Saved data entries:

---

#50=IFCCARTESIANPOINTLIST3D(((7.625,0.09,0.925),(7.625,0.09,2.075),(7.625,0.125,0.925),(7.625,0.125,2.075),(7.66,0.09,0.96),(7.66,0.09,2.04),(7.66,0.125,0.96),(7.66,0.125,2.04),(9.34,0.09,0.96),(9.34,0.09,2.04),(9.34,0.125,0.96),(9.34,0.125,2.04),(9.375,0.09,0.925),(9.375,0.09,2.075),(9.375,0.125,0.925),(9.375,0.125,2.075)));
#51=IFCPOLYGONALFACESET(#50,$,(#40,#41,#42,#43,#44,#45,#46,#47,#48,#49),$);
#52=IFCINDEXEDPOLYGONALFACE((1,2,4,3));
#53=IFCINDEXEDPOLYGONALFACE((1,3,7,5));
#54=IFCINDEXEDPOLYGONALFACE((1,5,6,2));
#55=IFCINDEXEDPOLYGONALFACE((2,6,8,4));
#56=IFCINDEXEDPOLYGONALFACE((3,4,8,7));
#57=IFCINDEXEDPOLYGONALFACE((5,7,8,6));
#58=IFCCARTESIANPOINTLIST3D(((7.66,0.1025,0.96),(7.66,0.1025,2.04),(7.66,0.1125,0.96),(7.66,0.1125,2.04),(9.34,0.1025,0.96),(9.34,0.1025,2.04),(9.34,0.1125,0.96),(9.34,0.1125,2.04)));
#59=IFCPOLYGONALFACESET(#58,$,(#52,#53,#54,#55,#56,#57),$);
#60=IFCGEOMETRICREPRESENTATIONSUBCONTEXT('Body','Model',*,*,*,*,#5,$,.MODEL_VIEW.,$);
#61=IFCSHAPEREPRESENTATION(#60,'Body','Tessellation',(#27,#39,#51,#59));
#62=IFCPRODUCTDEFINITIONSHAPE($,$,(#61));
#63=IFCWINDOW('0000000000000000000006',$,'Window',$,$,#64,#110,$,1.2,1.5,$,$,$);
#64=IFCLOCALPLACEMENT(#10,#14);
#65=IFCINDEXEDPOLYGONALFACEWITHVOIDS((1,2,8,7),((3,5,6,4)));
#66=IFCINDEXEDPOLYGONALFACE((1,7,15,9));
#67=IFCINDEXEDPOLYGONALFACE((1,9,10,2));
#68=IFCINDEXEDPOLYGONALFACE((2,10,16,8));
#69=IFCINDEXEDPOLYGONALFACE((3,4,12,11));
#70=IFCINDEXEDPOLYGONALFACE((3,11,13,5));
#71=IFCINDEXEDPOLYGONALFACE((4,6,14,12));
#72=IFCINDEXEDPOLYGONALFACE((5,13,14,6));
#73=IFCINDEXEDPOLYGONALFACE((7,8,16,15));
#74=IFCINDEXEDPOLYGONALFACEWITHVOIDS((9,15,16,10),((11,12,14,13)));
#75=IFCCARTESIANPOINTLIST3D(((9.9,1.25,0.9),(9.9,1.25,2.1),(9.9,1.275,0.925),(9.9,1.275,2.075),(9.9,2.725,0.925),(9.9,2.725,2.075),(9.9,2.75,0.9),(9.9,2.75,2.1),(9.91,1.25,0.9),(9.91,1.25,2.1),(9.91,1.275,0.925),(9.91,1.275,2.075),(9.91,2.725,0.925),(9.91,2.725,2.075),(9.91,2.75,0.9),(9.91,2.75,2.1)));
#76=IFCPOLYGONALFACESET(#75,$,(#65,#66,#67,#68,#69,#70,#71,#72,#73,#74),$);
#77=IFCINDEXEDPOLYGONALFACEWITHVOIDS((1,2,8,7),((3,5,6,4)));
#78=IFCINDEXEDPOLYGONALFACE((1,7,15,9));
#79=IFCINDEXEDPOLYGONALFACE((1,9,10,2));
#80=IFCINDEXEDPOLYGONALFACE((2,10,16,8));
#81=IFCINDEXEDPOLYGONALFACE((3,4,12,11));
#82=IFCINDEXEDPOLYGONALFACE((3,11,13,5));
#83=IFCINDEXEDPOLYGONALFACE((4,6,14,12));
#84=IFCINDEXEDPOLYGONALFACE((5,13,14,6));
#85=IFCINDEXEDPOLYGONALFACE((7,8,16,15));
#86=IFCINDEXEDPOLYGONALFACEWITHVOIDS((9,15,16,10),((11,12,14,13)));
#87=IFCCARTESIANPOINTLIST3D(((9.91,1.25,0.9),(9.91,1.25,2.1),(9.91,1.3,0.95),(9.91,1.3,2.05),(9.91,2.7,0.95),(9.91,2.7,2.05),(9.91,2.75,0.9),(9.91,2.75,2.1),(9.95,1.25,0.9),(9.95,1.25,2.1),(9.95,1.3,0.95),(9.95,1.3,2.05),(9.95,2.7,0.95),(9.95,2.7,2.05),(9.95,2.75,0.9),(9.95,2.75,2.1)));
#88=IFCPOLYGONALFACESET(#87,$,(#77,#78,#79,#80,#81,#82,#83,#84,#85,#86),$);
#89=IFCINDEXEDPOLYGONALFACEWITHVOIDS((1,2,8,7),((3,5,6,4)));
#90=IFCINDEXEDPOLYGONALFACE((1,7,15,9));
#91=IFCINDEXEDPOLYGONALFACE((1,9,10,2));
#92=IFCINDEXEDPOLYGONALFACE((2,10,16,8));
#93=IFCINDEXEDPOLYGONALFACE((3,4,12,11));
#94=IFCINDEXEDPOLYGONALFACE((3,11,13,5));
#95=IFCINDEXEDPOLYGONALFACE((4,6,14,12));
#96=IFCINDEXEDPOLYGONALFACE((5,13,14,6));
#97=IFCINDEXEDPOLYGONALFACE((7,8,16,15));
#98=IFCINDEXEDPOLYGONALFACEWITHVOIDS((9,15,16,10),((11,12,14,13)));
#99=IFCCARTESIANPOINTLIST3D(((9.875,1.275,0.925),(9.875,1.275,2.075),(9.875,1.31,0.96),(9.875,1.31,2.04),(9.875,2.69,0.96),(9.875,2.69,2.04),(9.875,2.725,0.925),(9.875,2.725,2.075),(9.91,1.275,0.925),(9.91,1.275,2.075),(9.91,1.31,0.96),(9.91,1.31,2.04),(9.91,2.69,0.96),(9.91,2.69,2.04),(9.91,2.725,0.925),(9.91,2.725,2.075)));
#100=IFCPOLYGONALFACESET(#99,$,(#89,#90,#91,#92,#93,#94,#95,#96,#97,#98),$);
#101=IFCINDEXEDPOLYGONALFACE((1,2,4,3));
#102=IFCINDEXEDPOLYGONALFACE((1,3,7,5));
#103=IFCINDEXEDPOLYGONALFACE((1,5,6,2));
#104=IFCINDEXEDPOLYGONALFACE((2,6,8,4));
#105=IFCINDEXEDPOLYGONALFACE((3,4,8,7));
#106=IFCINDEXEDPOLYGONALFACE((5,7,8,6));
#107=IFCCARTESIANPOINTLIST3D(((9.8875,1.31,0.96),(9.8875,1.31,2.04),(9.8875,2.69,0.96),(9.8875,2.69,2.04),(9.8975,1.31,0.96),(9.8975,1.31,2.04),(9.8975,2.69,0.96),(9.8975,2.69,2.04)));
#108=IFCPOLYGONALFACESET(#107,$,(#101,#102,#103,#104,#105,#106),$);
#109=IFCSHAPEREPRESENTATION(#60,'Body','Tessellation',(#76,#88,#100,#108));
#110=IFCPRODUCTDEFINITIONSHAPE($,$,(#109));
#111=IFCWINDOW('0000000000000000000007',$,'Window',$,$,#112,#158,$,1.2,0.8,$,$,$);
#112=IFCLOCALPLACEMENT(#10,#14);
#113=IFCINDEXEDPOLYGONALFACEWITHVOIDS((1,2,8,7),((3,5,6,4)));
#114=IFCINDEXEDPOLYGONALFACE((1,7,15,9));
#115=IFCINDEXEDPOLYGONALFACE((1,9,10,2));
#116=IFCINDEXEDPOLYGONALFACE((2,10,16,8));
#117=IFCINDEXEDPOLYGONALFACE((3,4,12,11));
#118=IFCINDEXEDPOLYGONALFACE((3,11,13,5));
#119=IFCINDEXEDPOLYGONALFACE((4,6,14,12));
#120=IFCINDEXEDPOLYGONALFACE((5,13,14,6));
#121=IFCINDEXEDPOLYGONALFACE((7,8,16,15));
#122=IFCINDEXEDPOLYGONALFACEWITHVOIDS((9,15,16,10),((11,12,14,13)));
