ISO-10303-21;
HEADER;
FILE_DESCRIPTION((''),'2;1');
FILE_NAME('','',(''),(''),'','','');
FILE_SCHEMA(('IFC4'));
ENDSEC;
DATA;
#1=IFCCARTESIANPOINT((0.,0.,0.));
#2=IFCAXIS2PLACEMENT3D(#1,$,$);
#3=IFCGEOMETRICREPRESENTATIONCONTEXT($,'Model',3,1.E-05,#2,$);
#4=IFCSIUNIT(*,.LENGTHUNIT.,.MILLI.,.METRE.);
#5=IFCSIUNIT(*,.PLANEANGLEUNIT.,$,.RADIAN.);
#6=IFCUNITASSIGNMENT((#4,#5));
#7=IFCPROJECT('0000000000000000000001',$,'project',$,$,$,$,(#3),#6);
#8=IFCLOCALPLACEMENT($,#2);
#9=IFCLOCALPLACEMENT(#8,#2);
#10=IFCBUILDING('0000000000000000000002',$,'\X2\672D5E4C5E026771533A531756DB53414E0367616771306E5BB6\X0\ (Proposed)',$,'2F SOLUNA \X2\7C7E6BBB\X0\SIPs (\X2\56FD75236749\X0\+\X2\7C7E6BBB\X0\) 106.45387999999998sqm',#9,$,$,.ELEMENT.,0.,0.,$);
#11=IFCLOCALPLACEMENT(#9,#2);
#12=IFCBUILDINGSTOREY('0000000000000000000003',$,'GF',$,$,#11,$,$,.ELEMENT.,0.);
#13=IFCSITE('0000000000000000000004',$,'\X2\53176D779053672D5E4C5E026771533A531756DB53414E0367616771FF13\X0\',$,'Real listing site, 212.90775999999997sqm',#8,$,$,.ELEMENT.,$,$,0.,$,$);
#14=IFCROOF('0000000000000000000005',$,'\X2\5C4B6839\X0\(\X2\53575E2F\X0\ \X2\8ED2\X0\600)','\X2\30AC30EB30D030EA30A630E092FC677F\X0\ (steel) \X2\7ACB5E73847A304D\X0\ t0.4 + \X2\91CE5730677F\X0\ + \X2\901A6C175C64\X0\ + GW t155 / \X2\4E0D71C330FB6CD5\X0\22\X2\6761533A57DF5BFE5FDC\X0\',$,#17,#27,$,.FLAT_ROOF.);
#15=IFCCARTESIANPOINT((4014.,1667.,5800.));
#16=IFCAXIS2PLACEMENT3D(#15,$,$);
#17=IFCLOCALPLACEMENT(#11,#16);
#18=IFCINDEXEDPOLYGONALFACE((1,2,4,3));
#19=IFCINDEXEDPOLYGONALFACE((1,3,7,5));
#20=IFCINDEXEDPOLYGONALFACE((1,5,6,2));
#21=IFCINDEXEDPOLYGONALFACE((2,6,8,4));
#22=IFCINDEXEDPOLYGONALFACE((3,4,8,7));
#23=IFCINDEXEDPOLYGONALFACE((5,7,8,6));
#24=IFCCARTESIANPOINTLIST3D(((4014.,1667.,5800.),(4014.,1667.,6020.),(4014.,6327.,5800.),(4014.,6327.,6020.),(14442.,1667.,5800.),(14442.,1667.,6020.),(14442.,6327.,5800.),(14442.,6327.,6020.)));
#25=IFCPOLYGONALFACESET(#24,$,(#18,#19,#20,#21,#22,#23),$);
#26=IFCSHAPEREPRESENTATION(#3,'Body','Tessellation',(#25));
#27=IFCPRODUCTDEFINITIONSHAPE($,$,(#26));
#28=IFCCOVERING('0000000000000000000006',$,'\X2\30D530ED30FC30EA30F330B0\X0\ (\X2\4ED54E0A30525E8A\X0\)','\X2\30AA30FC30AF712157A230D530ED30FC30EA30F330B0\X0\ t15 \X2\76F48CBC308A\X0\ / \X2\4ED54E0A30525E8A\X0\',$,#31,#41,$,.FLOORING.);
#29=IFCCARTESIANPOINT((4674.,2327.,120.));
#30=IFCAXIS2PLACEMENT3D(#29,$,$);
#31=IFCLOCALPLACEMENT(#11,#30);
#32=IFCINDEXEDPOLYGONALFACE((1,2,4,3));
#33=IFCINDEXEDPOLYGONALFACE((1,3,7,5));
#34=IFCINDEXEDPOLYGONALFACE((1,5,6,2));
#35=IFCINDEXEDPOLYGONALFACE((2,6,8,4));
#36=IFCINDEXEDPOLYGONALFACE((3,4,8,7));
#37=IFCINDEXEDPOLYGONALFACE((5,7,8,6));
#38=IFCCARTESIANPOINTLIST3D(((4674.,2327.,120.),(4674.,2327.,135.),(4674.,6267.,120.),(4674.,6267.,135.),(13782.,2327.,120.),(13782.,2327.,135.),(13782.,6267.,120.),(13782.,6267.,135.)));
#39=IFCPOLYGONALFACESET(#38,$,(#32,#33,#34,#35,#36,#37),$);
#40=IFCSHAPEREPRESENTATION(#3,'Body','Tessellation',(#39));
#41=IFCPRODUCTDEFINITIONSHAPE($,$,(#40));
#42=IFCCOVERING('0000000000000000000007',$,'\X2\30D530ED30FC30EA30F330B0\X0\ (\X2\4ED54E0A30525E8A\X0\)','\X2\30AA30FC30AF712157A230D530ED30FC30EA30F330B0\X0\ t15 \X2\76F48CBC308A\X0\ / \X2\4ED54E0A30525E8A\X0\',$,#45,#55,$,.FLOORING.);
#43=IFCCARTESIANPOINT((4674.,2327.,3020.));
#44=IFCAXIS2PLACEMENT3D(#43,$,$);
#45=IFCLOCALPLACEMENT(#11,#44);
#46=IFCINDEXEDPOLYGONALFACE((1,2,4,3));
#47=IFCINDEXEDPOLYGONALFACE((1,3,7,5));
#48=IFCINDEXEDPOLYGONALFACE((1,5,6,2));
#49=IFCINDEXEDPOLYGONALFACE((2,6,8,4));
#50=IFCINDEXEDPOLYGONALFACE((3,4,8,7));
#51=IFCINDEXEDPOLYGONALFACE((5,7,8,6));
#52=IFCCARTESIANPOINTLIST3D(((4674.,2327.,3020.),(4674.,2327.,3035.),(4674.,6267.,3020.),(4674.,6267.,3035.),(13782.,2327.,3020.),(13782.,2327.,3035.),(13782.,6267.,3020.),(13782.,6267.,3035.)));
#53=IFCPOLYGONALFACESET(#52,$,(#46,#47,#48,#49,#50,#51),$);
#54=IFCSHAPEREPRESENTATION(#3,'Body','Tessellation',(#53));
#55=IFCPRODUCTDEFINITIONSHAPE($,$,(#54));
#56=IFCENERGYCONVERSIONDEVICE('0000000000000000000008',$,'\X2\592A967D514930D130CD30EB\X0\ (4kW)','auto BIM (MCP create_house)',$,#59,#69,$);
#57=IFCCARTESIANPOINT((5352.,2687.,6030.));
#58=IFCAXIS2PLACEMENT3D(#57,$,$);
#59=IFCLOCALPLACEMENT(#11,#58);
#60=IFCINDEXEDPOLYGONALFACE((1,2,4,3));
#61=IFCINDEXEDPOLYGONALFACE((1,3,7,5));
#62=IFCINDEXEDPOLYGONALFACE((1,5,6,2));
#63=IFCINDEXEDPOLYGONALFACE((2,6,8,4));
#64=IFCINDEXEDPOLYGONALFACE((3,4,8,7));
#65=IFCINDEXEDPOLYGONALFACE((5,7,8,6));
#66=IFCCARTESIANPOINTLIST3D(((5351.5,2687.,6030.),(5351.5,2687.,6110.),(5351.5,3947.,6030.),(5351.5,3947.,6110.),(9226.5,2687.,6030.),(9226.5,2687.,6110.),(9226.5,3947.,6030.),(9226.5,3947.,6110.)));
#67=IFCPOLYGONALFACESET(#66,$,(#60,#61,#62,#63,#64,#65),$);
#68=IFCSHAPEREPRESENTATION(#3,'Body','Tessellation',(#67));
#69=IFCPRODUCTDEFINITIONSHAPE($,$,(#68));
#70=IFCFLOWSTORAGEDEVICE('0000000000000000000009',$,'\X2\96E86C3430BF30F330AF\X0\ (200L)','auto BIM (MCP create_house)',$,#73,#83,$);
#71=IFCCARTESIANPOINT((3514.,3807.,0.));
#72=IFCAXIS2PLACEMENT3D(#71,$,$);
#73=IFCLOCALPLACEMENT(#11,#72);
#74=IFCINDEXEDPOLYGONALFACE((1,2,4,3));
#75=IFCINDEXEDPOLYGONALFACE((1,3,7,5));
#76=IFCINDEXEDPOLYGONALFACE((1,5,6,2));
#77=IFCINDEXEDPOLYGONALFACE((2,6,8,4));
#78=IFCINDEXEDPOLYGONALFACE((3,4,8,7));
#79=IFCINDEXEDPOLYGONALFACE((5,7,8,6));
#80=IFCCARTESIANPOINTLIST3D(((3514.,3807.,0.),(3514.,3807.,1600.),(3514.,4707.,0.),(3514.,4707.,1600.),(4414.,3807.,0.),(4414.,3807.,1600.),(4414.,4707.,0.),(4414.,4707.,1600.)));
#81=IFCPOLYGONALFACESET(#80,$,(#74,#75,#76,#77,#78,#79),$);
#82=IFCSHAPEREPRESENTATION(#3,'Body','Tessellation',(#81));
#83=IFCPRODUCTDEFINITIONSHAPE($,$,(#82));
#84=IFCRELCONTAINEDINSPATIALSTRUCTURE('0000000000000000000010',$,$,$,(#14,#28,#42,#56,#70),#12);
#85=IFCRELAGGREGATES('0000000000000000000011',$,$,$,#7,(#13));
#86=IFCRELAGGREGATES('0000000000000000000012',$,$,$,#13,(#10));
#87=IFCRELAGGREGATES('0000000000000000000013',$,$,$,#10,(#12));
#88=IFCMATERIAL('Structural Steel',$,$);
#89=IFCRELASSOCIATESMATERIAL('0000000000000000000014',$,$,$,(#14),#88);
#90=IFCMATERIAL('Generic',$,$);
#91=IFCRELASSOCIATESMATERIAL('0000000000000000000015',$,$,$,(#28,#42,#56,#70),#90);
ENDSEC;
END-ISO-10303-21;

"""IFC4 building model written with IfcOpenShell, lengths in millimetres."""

from ifc_helpers import new_model, si_unit, frame, frame_2d, origin, place, context, project, spatial, rectangle, extrude, material, element, save


model = new_model("IFC4")

# Units and contexts
model_context = context("Model", 3, precision=1e-05, world=origin())
ifc_project = project(units=[si_unit("LENGTHUNIT", "METRE", prefix="MILLI"), si_unit("PLANEANGLEUNIT", "RADIAN")], contexts=[model_context])

# Site, building, storey
site_placement = place(None, origin())
site = spatial("IfcSite", under=ifc_project, at=site_placement, Name="北海道札幌市東区北四十七条東３", ObjectType="Real listing site, 212.90775999999997sqm", CompositionType="ELEMENT", RefElevation=0.0)
building_placement = place(site_placement, origin())
building = spatial("IfcBuilding", under=site, at=building_placement, Name="札幌市東区北四十七条東の家 (Proposed)", ObjectType="2F SOLUNA 籾殻SIPs (国産杉+籾殻) 106.45387999999998sqm", CompositionType="ELEMENT", ElevationOfRefHeight=0.0, ElevationOfTerrain=0.0)
storey_placement = place(building_placement, origin())
storey = spatial("IfcBuildingStorey", under=building, at=storey_placement, Name="GF", CompositionType="ELEMENT", Elevation=0.0)

# Roof
ifc_material_1 = material(Name="Structural Steel")
for number, where, name in (
    (1, (4014.0, 1667.0, 5800.0), "屋根(南帯 軒600)"),
):
    element("IfcRoof", number, at=place(storey_placement, frame(where)), inside=storey, material=ifc_material_1, Name=name, Description="ガルバリウム鋼板 (steel) 立平葺き t0.4 + 野地板 + 通気層 + GW t155 / 不燃・法22条区域対応", PredefinedType="FLAT_ROOF", context=model_context, shape_type="SweptSolid", body=[
        extrude(rectangle(XDim=10428.0, YDim=4660.0, at=frame_2d((5214.0, 2330.0))), frame((4014.0, 1667.0, 5800.0)), (0.0, 0.0, 1.0), 220.0),
    ])

# Coverings
ifc_material_2 = material(Name="Generic")
covering_1_placement = place(storey_placement, frame((4674.0, 2327.0, 120.0)))
element("IfcCovering", 2, at=covering_1_placement, inside=storey, material=ifc_material_2, Name="フローリング (仕上げ床)", Description="オーク無垢フローリング t15 直貼り / 仕上げ床", PredefinedType="FLOORING", context=model_context, shape_type="SweptSolid", body=[
    extrude(rectangle(XDim=9108.0, YDim=3940.0, at=frame_2d((4554.0, 1970.0))), frame((4674.0, 2327.0, 120.0)), (0.0, 0.0, 1.0), 15.0),
])
covering_2_placement = place(storey_placement, frame((4674.0, 2327.0, 3020.0)))
element("IfcCovering", 3, at=covering_2_placement, inside=storey, material=ifc_material_2, Name="フローリング (仕上げ床)", Description="オーク無垢フローリング t15 直貼り / 仕上げ床", PredefinedType="FLOORING", context=model_context, shape_type="SweptSolid", body=[
    extrude(rectangle(XDim=9108.0, YDim=3940.0, at=frame_2d((4554.0, 1970.0))), frame((4674.0, 2327.0, 3020.0)), (0.0, 0.0, 1.0), 15.0),
])

# Energy conversion device
energy_conversion_device_placement = place(storey_placement, frame((5352.0, 2687.0, 6030.0)))
element("IfcEnergyConversionDevice", 4, at=energy_conversion_device_placement, inside=storey, material=ifc_material_2, Name="太陽光パネル (4kW)", Description="auto BIM (MCP create_house)", context=model_context, shape_type="SweptSolid", body=[
    extrude(rectangle(XDim=3875.0, YDim=1260.0, at=frame_2d((1937.0, 630.0))), frame((5352.0, 2687.0, 6030.0)), (0.0, 0.0, 1.0), 80.0),
])

# Flow storage device
flow_storage_device_placement = place(storey_placement, frame((3514.0, 3807.0, 0.0)))
element("IfcFlowStorageDevice", 5, at=flow_storage_device_placement, inside=storey, material=ifc_material_2, Name="雨水タンク (200L)", Description="auto BIM (MCP create_house)", context=model_context, shape_type="SweptSolid", body=[
    extrude(rectangle(XDim=900.0, YDim=900.0, at=frame_2d((450.0, 450.0))), frame((3514.0, 3807.0, 0.0)), (0.0, 0.0, 1.0), 1600.0),
])

save(model, "model.ifc")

---

WORK INSTRUCTION: Up to and including the line with "#69=IFCINDEXEDPOLYGONALFACE((3,4,12,11));", restate the records above word for word from the very first line.

SOLUTION FOR THIS TASK:
#50=IFCCARTESIANPOINTLIST3D(((7.625,0.09,0.925),(7.625,0.09,2.075),(7.625,0.125,0.925),(7.625,0.125,2.075),(7.66,0.09,0.96),(7.66,0.09,2.04),(7.66,0.125,0.96),(7.66,0.125,2.04),(9.34,0.09,0.96),(9.34,0.09,2.04),(9.34,0.125,0.96),(9.34,0.125,2.04),(9.375,0.09,0.925),(9.375,0.09,2.075),(9.375,0.125,0.925),(9.375,0.125,2.075)));
#51=IFCPOLYGONALFACESET(#50,$,(#40,#41,#42,#43,#44,#45,#46,#47,#48,#49),$);
#52=IFCINDEXEDPOLYGONALFACE((1,2,4,3));
#53=IFCINDEXEDPOLYGONALFACE((1,3,7,5));
#54=IFCINDEXEDPOLYGONALFACE((1,5,6,2));
#55=IFCINDEXEDPOLYGONALFACE((2,6,8,4));
#56=IFCINDEXEDPOLYGONALFACE((3,4,8,7));
#57=IFCINDEXEDPOLYGONALFACE((5,7,8,6));
#58=IFCCARTESIANPOINTLIST3D(((7.66,0.1025,0.96),(7.66,0.1025,2.04),(7.66,0.1125,0.96),(7.66,0.1125,2.04),(9.34,0.1025,0.96),(9.34,0.1025,2.04),(9.34,0.1125,0.96),(9.34,0.1125,2.04)));
#59=IFCPOLYGONALFACESET(#58,$,(#52,#53,#54,#55,#56,#57),$);
#60=IFCGEOMETRICREPRESENTATIONSUBCONTEXT('Body','Model',*,*,*,*,#5,$,.MODEL_VIEW.,$);
#61=IFCSHAPEREPRESENTATION(#60,'Body','Tessellation',(#27,#39,#51,#59));
#62=IFCPRODUCTDEFINITIONSHAPE($,$,(#61));
#63=IFCWINDOW('0000000000000000000006',$,'Window',$,$,#64,#110,$,1.2,1.5,$,$,$);
#64=IFCLOCALPLACEMENT(#10,#14);
#65=IFCINDEXEDPOLYGONALFACEWITHVOIDS((1,2,8,7),((3,5,6,4)));
#66=IFCINDEXEDPOLYGONALFACE((1,7,15,9));
#67=IFCINDEXEDPOLYGONALFACE((1,9,10,2));
#68=IFCINDEXEDPOLYGONALFACE((2,10,16,8));
#69=IFCINDEXEDPOLYGONALFACE((3,4,12,11));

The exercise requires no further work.